In medical spheres is where humans are quickly becoming embarrassments to the field.
• • •
A 4-Feb-2024 Wall Street Journal opinion piece by Andy Kessler called "Power Corrupts, Absolutely" clearly established just how ridiculously-obsessive and deluded by a belief in free-market magic that a segment of right-wing libertarians manage to be.
Kessler begins with:
...OpenAI CEO Sam Altman suggested that a “global regulatory body” was needed to monitor artificial intelligence. This is a colossally dumb idea. But Mr. Gates doubled down: “If the key is to stop the entire world from doing something dangerous, you’d almost want global government.” Wait, global what? ... In fact, of his 2023 world tour meeting heads of state, Mr. Altman noted, “there was almost universal support for it.” Well of course there was. Demand for power is insatiable. (Microsoft is a major investor in OpenAI.)

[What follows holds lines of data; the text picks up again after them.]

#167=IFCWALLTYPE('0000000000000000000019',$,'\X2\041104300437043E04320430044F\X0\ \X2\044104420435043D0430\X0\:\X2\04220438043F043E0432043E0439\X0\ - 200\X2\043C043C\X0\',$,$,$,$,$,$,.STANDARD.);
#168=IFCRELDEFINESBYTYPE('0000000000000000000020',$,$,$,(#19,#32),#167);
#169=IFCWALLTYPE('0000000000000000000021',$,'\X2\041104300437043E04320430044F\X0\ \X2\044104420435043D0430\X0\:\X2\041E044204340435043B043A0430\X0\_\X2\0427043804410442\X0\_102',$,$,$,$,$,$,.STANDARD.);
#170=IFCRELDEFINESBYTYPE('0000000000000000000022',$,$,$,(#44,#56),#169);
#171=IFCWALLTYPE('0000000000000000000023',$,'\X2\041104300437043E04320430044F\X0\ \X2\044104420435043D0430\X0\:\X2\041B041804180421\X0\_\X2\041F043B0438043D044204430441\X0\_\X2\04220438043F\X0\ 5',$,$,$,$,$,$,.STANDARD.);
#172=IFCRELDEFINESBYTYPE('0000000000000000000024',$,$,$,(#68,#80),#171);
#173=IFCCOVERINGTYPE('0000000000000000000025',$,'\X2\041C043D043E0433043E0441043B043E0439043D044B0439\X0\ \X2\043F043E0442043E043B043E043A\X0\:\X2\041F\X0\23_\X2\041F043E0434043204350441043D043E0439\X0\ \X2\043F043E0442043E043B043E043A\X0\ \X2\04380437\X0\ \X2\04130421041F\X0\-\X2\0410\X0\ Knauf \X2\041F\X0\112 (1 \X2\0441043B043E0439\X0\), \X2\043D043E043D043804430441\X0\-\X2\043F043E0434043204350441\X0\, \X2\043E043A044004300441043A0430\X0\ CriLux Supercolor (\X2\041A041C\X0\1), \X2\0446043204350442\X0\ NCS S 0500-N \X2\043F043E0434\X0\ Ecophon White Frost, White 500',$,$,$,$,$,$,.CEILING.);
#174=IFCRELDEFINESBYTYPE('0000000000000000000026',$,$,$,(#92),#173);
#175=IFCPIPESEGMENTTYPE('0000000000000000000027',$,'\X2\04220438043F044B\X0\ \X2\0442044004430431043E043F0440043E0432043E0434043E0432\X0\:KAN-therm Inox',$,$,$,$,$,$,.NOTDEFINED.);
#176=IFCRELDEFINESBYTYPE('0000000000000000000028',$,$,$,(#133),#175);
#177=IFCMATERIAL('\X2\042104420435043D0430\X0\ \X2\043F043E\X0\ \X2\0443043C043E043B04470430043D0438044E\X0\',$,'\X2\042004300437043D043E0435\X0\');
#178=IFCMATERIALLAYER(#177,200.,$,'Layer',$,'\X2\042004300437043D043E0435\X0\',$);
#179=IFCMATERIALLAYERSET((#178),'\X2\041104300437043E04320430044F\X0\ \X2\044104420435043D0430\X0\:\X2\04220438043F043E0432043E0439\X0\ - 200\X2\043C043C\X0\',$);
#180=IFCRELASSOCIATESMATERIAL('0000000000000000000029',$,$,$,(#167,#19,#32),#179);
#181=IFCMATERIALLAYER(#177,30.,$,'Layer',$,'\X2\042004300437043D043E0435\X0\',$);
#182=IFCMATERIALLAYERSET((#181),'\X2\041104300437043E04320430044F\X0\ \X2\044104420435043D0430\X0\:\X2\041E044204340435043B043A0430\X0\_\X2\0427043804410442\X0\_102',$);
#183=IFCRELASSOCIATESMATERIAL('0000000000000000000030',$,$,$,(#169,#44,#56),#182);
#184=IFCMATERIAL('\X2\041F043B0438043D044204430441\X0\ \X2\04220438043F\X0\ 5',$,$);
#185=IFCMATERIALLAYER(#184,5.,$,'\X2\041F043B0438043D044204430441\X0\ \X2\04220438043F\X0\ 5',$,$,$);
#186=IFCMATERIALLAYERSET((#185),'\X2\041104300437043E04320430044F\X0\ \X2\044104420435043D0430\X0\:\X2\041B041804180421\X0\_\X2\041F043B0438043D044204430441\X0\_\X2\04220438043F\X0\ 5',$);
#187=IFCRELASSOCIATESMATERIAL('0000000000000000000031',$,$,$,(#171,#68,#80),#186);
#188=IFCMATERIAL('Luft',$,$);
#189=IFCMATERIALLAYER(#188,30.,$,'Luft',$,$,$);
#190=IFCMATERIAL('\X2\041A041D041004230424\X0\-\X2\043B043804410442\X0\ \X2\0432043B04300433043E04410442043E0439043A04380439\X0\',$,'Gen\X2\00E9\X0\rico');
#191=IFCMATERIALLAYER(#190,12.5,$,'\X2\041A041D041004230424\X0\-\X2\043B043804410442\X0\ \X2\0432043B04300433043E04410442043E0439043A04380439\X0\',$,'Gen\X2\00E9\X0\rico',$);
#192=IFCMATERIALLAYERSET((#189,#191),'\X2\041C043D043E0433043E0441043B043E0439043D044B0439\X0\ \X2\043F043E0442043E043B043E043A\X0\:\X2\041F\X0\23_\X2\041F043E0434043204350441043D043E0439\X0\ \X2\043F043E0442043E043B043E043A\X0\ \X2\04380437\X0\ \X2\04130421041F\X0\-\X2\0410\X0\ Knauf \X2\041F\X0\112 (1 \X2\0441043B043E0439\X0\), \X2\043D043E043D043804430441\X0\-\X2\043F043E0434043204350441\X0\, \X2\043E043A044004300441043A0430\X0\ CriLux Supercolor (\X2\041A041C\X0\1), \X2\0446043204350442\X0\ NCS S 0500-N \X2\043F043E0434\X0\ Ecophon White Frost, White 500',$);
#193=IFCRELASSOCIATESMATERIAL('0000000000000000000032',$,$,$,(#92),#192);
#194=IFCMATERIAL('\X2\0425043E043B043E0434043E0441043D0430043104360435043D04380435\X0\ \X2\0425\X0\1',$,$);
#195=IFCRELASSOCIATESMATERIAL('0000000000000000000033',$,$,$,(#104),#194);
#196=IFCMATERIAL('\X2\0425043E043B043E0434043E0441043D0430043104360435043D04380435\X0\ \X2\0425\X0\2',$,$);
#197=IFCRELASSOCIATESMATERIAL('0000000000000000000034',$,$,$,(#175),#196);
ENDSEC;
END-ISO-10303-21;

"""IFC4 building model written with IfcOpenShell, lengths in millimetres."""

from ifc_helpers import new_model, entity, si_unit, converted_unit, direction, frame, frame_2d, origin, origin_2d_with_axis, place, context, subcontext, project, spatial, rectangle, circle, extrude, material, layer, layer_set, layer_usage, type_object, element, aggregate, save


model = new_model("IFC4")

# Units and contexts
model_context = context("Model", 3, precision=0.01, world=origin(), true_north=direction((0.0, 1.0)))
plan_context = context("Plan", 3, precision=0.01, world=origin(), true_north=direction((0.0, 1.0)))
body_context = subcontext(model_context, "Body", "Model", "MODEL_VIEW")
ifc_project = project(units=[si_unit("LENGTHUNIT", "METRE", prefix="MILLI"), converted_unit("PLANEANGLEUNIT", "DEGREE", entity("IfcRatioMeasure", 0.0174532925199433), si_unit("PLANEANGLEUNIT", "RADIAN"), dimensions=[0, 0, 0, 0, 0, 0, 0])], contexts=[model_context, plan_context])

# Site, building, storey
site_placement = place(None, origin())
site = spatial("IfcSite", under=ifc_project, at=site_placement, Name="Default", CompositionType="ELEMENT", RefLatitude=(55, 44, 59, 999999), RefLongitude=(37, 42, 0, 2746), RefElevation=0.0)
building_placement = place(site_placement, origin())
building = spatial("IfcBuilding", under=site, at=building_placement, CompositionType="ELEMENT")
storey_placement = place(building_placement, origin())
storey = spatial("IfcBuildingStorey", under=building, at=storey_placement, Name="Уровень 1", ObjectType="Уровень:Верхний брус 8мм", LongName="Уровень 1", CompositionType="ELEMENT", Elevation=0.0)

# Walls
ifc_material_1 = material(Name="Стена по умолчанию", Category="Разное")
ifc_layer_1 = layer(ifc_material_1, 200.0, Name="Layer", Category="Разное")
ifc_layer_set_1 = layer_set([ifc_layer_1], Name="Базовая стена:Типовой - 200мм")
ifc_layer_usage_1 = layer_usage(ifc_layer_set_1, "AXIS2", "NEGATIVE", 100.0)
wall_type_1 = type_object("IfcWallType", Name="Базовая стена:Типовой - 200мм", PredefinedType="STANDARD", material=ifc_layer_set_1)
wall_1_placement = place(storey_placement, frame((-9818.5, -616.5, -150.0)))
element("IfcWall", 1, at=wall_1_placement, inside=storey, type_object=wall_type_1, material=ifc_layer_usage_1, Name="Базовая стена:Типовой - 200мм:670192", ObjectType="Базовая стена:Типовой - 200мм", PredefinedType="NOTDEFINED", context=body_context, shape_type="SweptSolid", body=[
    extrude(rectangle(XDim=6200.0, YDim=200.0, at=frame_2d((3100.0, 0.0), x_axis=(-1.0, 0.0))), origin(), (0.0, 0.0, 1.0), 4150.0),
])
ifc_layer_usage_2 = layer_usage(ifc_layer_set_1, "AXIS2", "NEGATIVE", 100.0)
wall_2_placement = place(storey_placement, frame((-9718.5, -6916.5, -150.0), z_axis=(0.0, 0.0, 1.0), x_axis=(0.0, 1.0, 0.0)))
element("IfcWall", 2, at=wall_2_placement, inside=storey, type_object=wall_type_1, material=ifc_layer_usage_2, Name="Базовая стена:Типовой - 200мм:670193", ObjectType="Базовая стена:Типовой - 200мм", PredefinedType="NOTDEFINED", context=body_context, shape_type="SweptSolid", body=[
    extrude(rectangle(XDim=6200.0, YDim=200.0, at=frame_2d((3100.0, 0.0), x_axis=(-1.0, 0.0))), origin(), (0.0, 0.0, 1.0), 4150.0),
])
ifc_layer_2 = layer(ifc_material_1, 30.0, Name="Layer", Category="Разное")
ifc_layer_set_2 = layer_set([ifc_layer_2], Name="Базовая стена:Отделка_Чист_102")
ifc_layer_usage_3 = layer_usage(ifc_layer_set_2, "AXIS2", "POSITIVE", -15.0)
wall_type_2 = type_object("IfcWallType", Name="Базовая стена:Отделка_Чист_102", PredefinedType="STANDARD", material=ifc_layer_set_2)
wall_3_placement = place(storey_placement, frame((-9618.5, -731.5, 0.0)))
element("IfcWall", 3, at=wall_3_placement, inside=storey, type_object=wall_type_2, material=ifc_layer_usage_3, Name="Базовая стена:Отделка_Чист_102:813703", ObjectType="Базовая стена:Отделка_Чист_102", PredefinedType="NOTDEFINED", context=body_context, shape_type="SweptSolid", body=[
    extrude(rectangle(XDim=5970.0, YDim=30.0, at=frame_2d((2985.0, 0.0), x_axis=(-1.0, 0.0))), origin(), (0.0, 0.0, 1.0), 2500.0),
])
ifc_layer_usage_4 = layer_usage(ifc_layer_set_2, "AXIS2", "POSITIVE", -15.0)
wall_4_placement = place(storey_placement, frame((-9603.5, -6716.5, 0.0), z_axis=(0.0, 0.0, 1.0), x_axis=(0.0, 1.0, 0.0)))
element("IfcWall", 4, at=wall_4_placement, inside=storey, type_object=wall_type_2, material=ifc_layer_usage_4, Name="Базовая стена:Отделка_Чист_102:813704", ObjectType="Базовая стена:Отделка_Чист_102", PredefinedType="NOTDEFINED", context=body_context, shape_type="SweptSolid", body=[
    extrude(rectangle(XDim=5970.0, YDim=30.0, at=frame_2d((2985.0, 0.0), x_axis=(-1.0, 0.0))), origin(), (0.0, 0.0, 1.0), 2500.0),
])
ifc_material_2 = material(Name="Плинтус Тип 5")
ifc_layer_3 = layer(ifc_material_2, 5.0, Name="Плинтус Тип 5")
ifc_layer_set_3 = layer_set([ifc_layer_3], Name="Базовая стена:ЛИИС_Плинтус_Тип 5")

The article sees Kessler make the same, tired argument regarding "government bad" without really establishing the fact or considering the difference between "a bad government", "government bad", and "efficient government" beyond some vague notion relating to "size".
He affirms that "[g]overnments don’t like to govern, but they like to control. Human freedom always takes a back seat" while being "reminded of something P.J. O’Rourke told [him] in 2009" about government always wanting to tell others what to do, O'Rourke's conclusion for this behaviour being: "Government is just a form of bullying for weaklings. Politics is the art of achieving power and prestige without merit.”
In closing, Kessler offers:
I prefer limited government. Spend enough on defense to keep us safe and secure, help the truly downtrodden, do some basic research and then, as Grover Norquist so eloquently suggested, get government “down to the size where we can drown it in the bathtub.” For the economy, the government should set the rules of the sandbox, then get out of the way and let markets and competition do their magic.
In Kessler's own words: colossally dumb.
The self-adjusting free-market lunacy is just that, perhaps due to short-term-memory issues or little knowledge of recent history, but deregulation led to deeply corrupt, lobbyist-run government that's responsible for globally-affecting market crashes and the geopolitical and economic now that people like Kessler do nothing but whine about.
There are some areas that shouldn't be left to magic or idiocy.
And there are areas that demand total, global cooperation. For all.